-- Study material --
*** Begin section ***
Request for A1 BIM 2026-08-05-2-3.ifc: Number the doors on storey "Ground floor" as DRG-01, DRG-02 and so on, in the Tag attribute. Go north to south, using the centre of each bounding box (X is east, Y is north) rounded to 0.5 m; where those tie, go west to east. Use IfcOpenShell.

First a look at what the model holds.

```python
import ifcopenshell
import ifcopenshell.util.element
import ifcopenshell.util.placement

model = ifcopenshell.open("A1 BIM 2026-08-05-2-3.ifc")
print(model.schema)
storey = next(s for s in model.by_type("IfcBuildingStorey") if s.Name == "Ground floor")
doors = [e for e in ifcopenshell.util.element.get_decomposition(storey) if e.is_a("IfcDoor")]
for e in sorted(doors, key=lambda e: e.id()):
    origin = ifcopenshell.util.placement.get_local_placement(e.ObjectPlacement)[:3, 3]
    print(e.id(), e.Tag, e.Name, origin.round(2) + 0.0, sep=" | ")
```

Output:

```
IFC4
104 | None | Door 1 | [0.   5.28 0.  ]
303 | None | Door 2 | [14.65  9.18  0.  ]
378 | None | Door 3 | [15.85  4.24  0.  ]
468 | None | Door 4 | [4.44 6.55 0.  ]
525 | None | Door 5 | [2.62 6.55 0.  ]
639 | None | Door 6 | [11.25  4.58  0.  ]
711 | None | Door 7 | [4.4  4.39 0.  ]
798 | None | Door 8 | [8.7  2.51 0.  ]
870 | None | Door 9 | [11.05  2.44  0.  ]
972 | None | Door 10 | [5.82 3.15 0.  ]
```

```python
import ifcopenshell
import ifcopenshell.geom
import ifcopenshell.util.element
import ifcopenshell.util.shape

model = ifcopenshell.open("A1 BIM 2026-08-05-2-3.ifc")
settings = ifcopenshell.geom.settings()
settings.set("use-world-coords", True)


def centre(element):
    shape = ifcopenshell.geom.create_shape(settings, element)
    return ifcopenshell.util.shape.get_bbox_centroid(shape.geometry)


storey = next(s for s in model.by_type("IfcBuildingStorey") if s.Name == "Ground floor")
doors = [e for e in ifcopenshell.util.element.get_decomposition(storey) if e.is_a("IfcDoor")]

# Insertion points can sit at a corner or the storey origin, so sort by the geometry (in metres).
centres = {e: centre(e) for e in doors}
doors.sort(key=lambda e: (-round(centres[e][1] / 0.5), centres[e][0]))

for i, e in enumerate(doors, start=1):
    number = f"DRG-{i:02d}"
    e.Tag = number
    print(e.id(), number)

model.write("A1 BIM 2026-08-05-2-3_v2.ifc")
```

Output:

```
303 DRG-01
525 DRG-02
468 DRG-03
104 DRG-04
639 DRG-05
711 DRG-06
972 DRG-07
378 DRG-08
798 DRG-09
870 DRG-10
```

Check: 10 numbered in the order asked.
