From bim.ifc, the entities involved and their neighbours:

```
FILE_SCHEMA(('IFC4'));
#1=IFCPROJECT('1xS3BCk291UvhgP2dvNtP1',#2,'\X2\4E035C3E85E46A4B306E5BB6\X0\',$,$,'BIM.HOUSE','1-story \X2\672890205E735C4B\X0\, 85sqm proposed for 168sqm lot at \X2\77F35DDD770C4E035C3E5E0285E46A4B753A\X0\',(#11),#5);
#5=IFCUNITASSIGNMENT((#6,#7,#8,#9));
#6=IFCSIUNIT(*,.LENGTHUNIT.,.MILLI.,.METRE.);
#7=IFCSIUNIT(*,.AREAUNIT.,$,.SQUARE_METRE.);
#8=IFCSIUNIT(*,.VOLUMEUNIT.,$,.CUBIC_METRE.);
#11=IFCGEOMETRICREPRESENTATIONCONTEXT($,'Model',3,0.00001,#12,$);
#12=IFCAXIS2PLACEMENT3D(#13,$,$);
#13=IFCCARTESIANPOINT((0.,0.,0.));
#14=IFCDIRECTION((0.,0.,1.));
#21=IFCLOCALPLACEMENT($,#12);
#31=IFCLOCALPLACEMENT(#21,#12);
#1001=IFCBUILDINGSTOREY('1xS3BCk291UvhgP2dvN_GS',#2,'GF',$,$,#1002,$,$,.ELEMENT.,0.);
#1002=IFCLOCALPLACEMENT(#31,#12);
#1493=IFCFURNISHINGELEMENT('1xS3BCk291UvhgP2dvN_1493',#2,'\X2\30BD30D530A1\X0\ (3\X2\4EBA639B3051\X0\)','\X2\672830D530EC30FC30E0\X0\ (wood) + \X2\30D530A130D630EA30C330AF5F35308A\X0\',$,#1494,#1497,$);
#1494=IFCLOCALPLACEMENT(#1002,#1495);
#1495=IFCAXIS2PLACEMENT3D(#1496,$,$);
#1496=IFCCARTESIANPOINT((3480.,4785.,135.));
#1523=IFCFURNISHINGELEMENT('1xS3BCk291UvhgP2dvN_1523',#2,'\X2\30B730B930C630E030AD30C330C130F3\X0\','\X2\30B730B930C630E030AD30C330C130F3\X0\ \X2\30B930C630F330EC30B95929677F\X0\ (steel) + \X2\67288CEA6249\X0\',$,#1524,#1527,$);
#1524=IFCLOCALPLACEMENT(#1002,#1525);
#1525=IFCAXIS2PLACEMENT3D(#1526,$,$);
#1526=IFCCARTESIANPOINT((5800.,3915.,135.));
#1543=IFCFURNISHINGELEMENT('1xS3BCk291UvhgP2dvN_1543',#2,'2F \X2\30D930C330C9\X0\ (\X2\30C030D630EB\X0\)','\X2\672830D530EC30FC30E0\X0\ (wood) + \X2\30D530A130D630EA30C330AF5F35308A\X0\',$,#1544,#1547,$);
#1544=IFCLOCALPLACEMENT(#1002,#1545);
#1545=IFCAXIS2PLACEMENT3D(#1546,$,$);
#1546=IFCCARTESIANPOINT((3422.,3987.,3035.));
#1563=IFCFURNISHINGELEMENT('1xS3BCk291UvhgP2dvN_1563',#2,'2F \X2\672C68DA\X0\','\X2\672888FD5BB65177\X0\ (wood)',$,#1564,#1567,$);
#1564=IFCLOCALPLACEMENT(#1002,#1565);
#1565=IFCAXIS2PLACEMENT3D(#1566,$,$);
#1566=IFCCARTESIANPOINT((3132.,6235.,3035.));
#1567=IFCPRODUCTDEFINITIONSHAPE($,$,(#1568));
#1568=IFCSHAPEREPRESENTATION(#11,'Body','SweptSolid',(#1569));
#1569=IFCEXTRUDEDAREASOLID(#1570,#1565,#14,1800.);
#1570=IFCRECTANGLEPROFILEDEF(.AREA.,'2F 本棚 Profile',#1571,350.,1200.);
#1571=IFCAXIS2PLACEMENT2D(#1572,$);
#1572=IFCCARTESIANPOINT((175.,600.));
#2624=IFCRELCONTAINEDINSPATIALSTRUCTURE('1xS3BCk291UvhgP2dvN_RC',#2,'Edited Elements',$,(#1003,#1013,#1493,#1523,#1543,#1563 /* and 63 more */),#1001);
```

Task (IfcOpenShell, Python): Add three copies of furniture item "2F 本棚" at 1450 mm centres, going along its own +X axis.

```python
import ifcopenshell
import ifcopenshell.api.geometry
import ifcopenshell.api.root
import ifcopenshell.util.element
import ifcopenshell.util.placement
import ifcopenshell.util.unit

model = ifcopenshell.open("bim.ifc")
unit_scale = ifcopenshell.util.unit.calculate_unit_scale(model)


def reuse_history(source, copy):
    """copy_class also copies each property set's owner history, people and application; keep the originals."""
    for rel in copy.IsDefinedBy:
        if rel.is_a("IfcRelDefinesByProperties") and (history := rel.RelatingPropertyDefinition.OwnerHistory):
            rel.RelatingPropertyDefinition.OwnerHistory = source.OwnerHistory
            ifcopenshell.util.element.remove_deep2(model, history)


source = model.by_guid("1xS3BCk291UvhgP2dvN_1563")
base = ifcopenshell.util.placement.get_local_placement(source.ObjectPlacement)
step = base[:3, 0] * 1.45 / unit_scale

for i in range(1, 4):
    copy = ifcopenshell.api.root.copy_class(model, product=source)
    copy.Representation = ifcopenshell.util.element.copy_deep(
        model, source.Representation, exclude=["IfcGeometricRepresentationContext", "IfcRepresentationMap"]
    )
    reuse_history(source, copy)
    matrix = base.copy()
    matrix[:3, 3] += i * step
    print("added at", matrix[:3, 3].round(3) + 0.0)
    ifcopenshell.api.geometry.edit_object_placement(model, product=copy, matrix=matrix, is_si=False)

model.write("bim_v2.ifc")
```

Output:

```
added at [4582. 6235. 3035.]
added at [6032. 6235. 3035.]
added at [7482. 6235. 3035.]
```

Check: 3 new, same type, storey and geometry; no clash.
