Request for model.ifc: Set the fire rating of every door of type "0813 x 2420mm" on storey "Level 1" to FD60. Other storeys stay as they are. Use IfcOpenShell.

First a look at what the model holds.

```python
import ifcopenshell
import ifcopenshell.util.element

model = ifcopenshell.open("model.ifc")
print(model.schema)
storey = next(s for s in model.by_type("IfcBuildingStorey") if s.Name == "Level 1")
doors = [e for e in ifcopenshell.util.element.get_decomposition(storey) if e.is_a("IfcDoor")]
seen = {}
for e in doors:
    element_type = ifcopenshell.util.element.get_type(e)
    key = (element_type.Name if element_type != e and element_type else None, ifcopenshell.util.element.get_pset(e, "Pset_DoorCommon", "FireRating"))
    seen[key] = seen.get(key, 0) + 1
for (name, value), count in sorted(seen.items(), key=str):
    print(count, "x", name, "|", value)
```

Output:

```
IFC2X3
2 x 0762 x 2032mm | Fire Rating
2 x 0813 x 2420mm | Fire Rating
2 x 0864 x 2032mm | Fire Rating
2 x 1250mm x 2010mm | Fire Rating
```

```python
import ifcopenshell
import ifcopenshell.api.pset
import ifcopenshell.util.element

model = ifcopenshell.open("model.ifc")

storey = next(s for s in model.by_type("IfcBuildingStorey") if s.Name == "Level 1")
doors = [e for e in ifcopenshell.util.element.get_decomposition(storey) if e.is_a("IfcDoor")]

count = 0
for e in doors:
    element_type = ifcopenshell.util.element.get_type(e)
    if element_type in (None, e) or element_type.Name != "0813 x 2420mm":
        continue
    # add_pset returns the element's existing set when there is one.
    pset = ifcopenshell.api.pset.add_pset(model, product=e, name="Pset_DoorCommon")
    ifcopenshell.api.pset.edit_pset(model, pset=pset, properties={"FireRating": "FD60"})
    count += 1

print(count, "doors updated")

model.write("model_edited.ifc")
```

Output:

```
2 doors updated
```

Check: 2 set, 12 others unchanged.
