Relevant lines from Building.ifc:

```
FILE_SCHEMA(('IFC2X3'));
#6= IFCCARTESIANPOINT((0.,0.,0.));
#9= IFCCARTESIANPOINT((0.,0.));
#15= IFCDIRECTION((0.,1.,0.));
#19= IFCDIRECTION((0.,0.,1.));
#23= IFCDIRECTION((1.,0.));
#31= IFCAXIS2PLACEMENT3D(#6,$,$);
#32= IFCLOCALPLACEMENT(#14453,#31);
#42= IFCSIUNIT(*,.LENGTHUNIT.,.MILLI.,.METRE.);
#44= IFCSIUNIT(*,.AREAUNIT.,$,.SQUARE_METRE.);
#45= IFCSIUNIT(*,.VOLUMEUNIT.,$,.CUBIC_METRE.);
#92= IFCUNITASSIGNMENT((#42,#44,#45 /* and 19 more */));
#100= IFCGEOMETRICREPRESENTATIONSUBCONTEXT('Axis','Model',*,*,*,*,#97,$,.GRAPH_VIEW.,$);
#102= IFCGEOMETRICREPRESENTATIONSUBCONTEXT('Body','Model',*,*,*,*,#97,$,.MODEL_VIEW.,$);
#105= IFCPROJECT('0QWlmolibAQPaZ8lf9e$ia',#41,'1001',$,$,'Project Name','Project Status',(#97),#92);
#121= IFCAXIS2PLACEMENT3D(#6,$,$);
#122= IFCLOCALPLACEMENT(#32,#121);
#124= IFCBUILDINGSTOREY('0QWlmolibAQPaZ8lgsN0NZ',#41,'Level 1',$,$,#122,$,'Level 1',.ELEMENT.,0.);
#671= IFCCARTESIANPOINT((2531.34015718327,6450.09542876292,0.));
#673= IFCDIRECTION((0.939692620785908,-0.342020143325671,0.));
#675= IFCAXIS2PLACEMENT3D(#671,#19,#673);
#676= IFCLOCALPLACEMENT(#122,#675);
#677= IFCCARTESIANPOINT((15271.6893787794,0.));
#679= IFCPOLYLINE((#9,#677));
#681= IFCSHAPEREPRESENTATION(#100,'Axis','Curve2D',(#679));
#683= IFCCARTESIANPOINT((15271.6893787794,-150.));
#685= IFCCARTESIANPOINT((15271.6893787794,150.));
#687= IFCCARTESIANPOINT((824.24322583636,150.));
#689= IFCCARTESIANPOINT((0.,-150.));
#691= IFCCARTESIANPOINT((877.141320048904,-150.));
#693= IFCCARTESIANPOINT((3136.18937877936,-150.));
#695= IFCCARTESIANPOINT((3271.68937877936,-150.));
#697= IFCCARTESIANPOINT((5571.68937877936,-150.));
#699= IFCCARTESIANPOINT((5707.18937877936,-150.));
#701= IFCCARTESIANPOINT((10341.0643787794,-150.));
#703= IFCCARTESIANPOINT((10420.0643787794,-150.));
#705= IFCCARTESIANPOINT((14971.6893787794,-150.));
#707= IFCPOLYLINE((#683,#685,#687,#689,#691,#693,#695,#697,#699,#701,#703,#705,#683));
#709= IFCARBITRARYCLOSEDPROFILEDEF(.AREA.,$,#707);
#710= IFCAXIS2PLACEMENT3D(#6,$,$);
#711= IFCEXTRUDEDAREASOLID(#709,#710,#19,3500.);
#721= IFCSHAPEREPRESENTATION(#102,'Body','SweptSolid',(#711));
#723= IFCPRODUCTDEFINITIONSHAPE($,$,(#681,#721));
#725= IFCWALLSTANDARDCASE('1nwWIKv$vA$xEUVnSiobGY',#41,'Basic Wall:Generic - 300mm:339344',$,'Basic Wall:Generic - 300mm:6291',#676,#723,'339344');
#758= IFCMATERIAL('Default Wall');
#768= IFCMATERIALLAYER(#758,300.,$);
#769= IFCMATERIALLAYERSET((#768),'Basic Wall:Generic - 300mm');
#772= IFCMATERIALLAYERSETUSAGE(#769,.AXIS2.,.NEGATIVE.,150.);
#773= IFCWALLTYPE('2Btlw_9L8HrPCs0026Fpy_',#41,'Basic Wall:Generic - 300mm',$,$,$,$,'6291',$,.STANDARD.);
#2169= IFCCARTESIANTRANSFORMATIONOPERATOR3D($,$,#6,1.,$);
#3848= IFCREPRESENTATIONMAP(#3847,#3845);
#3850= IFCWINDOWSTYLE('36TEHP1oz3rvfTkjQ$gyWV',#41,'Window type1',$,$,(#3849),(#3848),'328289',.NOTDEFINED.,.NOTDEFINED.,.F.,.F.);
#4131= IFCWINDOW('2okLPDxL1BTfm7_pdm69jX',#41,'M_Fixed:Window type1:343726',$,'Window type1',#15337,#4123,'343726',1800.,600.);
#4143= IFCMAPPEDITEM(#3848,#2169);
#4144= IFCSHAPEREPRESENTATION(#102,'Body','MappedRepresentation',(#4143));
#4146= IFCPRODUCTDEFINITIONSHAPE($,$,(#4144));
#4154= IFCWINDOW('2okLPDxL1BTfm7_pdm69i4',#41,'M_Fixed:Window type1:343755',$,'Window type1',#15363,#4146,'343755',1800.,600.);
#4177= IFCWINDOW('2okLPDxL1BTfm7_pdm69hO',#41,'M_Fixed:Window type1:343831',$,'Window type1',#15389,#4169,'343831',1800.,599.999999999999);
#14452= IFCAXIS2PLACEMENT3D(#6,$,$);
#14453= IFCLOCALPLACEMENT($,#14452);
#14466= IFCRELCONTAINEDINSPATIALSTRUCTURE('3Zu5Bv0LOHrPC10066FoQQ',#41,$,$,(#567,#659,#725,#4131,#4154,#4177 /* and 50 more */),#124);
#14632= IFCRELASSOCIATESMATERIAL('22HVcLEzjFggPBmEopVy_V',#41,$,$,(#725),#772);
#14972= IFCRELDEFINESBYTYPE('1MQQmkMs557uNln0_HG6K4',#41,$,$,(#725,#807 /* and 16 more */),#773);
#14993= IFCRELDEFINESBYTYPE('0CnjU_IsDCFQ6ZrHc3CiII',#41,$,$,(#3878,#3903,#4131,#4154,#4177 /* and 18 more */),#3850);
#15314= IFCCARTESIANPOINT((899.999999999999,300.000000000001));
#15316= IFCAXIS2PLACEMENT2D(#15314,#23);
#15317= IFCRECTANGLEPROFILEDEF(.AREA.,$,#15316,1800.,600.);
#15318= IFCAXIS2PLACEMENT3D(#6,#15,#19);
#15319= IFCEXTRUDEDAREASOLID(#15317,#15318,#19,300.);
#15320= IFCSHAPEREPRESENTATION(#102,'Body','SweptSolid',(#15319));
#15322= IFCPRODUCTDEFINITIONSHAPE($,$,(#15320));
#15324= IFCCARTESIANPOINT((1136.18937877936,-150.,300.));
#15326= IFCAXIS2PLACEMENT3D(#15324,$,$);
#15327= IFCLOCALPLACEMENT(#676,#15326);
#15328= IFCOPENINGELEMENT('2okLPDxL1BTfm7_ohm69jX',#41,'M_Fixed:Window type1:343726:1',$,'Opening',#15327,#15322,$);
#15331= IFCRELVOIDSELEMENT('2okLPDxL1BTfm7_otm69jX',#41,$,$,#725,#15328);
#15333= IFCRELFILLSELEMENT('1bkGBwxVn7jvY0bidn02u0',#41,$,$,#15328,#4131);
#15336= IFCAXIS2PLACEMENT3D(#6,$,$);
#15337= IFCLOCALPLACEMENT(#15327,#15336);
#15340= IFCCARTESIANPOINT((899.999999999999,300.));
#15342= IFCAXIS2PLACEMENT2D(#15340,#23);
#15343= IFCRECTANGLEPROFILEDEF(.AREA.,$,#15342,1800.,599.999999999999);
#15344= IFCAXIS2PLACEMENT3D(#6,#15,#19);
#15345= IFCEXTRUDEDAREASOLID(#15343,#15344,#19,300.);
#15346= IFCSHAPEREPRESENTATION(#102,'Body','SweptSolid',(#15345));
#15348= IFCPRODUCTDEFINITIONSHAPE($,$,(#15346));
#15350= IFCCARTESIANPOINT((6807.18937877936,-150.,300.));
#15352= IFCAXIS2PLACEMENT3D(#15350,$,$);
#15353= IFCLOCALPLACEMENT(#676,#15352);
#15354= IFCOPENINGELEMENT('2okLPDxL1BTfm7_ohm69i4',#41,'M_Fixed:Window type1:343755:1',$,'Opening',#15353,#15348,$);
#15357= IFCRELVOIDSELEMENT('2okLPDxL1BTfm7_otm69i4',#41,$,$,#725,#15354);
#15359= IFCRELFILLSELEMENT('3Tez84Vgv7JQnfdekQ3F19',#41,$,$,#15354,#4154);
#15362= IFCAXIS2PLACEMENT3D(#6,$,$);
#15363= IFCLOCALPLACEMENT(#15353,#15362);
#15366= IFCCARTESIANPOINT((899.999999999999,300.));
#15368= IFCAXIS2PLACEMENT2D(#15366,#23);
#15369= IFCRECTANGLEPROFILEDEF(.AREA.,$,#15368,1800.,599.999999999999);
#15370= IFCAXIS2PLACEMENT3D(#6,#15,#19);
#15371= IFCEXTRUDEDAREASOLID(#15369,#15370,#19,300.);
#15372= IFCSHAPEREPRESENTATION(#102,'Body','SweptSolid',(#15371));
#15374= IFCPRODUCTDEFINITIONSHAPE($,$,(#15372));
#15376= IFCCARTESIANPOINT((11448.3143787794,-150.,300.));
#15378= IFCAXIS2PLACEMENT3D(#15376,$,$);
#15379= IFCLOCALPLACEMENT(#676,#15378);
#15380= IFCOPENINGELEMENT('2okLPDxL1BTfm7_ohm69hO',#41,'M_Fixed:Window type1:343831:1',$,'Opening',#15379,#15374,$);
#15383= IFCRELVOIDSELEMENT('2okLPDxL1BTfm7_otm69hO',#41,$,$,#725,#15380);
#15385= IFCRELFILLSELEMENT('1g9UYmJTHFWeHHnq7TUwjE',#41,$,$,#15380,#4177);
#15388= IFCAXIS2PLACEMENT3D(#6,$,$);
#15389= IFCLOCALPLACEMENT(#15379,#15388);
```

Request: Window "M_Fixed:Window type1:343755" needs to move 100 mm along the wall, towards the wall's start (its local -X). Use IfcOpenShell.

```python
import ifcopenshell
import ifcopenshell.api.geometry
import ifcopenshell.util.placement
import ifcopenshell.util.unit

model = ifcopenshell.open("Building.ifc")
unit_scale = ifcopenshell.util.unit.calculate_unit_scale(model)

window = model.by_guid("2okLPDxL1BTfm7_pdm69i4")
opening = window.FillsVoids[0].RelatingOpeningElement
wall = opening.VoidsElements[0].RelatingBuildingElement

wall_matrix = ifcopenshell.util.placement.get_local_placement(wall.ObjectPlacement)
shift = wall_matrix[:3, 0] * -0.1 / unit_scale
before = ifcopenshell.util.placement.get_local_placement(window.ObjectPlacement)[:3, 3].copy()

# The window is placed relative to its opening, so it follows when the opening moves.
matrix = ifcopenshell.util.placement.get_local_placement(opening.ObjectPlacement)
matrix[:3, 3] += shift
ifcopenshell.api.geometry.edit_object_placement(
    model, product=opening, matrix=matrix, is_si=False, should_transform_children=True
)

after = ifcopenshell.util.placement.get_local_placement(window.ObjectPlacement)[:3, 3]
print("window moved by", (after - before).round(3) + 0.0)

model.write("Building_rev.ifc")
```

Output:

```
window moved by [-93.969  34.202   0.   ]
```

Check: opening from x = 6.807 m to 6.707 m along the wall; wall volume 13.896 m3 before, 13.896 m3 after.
*** End section ***
-- The task --
Find the lines in the records that contain the word "IFCGEOMETRICREPRESENTATIONSUBCONTEXT", then copy every one of them.

-- Exercise response --
#100= IFCGEOMETRICREPRESENTATIONSUBCONTEXT('Axis','Model',*,*,*,*,#97,$,.GRAPH_VIEW.,$);
#102= IFCGEOMETRICREPRESENTATIONSUBCONTEXT('Body','Model',*,*,*,*,#97,$,.MODEL_VIEW.,$);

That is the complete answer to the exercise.